In fission yeast, Alp7/TACC and Alp14/TOG also form a stable complex, which is critical for mitotic and meiotic spindle assembly and proper chromosome segregation (Sato et al., 2007, Nature 447:334-337; Kakui et al., 2013, Nat. Cell Biol. 15:786-796). Now we have determined clustered five amino acid residues within the TACC domain of Alp7 required for SPB localisation. Critically, these sequences are essential for the functions of Alp7, including proper spindle formation and mitotic progression. Moreover, we have identified pericentrin-like Pcp1 as a receptor for Alp7 loading on the mitotic SPB (Figure 2).
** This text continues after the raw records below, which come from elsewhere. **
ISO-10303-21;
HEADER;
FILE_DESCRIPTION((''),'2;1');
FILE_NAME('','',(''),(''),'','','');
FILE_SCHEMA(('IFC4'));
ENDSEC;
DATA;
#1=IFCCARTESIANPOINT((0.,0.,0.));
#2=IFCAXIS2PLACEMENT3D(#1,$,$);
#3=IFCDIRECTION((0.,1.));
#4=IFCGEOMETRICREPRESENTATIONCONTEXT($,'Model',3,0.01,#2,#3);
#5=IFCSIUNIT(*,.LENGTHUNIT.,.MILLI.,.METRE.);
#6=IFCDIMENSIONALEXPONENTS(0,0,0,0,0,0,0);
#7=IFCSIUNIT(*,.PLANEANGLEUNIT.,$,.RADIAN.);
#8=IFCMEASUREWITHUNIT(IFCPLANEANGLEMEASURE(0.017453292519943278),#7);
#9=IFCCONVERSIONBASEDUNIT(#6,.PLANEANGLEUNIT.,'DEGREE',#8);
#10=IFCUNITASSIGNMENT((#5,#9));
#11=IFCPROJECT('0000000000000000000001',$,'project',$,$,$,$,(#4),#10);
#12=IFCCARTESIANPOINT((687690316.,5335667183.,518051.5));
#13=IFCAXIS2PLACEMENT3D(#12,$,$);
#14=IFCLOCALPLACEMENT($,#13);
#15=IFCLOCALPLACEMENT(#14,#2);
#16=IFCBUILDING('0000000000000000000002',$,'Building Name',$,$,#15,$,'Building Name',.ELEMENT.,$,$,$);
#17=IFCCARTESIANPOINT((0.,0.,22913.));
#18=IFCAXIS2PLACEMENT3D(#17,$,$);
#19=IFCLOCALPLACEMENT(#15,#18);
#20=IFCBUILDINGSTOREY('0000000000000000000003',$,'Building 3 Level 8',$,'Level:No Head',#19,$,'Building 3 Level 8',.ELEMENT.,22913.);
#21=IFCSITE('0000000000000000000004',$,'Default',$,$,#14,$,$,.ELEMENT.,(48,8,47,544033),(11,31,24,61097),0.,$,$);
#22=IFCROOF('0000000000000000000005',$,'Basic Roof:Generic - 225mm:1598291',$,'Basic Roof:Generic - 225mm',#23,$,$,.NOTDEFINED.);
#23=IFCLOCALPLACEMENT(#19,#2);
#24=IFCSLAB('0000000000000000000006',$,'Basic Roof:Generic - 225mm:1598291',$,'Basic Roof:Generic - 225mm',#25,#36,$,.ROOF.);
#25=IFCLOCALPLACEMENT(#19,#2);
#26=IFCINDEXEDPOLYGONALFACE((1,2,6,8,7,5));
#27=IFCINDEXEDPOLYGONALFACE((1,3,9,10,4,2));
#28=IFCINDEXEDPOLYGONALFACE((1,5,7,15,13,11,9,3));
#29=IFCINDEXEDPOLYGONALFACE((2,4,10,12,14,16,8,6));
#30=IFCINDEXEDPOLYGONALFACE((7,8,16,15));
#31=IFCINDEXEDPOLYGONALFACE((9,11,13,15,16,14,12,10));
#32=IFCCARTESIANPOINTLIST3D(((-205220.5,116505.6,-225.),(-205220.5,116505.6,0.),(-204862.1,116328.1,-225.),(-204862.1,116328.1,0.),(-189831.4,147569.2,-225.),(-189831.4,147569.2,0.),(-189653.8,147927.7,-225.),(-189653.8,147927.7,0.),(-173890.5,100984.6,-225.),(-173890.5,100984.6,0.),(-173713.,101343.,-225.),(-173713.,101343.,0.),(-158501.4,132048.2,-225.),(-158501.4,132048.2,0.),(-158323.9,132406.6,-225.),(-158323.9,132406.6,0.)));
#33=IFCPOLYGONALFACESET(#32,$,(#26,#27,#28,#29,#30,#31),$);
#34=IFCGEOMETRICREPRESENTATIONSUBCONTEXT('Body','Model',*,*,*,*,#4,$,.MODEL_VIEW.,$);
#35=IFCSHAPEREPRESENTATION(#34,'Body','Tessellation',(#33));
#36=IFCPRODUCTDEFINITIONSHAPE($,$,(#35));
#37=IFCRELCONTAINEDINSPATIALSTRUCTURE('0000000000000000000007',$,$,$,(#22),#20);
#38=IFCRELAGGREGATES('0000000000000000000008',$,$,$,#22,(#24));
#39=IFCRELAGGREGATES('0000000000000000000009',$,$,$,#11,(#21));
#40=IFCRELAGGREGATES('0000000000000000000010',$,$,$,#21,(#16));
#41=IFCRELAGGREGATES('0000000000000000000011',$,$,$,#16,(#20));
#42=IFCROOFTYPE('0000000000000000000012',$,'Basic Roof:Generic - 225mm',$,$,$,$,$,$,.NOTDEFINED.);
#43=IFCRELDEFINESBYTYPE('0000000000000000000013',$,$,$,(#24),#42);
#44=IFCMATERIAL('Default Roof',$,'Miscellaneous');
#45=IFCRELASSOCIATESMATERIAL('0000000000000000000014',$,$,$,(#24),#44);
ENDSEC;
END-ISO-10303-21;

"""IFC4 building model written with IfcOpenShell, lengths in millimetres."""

from ifc_helpers import new_model, entity, si_unit, converted_unit, direction, frame, origin, place, context, subcontext, project, spatial, indexed_curve, outline, extrude, material, type_object, element, aggregate, save


model = new_model("IFC4")

# Units and contexts
model_context = context("Model", 3, precision=0.01, world=origin(), true_north=direction((0.0, 1.0)))
body_context = subcontext(model_context, "Body", "Model", "MODEL_VIEW")
ifc_project = project(units=[si_unit("LENGTHUNIT", "METRE", prefix="MILLI"), converted_unit("PLANEANGLEUNIT", "DEGREE", entity("IfcPlaneAngleMeasure", 0.017453292519943278), si_unit("PLANEANGLEUNIT", "RADIAN"), dimensions=[0, 0, 0, 0, 0, 0, 0])], contexts=[model_context])

# Site, building, storey
site_placement = place(None, frame((687690316.0, 5335667183.0, 518051.5)))
site = spatial("IfcSite", under=ifc_project, at=site_placement, Name="Default", CompositionType="ELEMENT", RefLatitude=(48, 8, 47, 544033), RefLongitude=(11, 31, 24, 61097), RefElevation=0.0)
building_placement = place(site_placement, origin())
building = spatial("IfcBuilding", under=site, at=building_placement, Name="Building Name", LongName="Building Name", CompositionType="ELEMENT")
storey_placement = place(building_placement, frame((0.0, 0.0, 22913.0)))
storey = spatial("IfcBuildingStorey", under=building, at=storey_placement, Name="Building 3 Level 8", ObjectType="Level:No Head", LongName="Building 3 Level 8", CompositionType="ELEMENT", Elevation=22913.0)

# Roof, slab
roof_placement = place(storey_placement, frame((-205220.5, 100984.6, -225.0)))
roof = element("IfcRoof", 1, at=roof_placement, inside=storey, Name="Basic Roof:Generic - 225mm:1598291", ObjectType="Basic Roof:Generic - 225mm", PredefinedType="NOTDEFINED")
ifc_material = material(Name="Default Roof", Category="Miscellaneous")
roof_type = type_object("IfcRoofType", Name="Basic Roof:Generic - 225mm", PredefinedType="NOTDEFINED")
slab_placement = place(roof_placement, origin())
slab = element("IfcSlab", 2, at=slab_placement, type_object=roof_type, material=ifc_material, Name="Basic Roof:Generic - 225mm:1598291", ObjectType="Basic Roof:Generic - 225mm", PredefinedType="ROOF", context=body_context, shape_type="SweptSolid", body=[
    extrude(outline(indexed_curve([(7881.7, -23471.5), (8059.2, -23113.1), (23270.7, 7592.1), (23448.3, 7950.5), (-7881.7, 23471.5), (-8059.2, 23113.1), (-23448.3, -7950.5), (-23089.9, -8128.1), (7881.7, -23471.5)], self_intersect=False)), frame((23448.3, 23471.5, 0.0)), (0.0, 0.0, 1.0), 225.0),
])
aggregate(roof, [slab])

save(model, "model.ifc")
Upon onset of mitosis, the conserved Alp7/TACC-Alp14/TOG complex is loaded on the SPB (a centrosome equivalent) by directly binding to pericentrin-like Pcp1 (top, prometaphase). The Alp7-Alp14 complex at the SPB promotes spindle microtubule polymerisation towards the kinetochore, in which Alp7 in turn binds to the outer kinetochore component Ndc80. This interaction establishes proper microtubule-kinetochore attachment (middle, metaphase). Dis1/TOG also binds to Ndc80 and is essential for kinetochore capture in cooperation with Alp7-Alp14. Alp7 subsequently recruits the kinesin-8-protein phosphatase complex (Klp5-Klp6-PP1) to the microtubule-attached kinetochore. PP1 triggers anaphase onset by silencing the spindle assembly checkpoint, while Klp6-Klp6 accelerates poleward chromosome movement by inducing microtubule depolymerisation.
We have uncovered the mechanism by which cells enter anaphase when proper spindle-kinetochore attachment is established. We show that Alp7/TACC at the kinetochore recruits the protein complex consisting of protein phosphatase I (PP1) and kinesin-8. This recruitment results in the two outcomes in the end of mitosis; PP1 silences the spindle assembly checkpoint, resulting in anaphase onset, while kinesin-8 promotes poleward chromosome movement, ensuring faithful chromosome segregation during anaphase A (Tang and Toda, 2015a, J. Cell Sci. 128:354-363).
We also put forward the hypothesis that explains why in many cancer cells a subset of mitotic genes are overexpressed. We propose that the overproduction of the outer kinetochore protein Ndc80/Hec1 would abnormally bind a number of interacting molecules, which leads to the sequestration of these interactors from their normal locations. This abnormal absorption in turn impairs the stoichiometry within individual protein-protein networks. This disturbance, then on the one hand, interferes with chromosome segregation, leading to the production of aneuploidy, a hallmark of cancer, and on the other hand, it activates the cellular compensation machinery, by which other mitotic genes are further overexpressed to tackle the imbalance through a feedback loop (Tang and Toda, 2015b, Bioessays 37:248-256).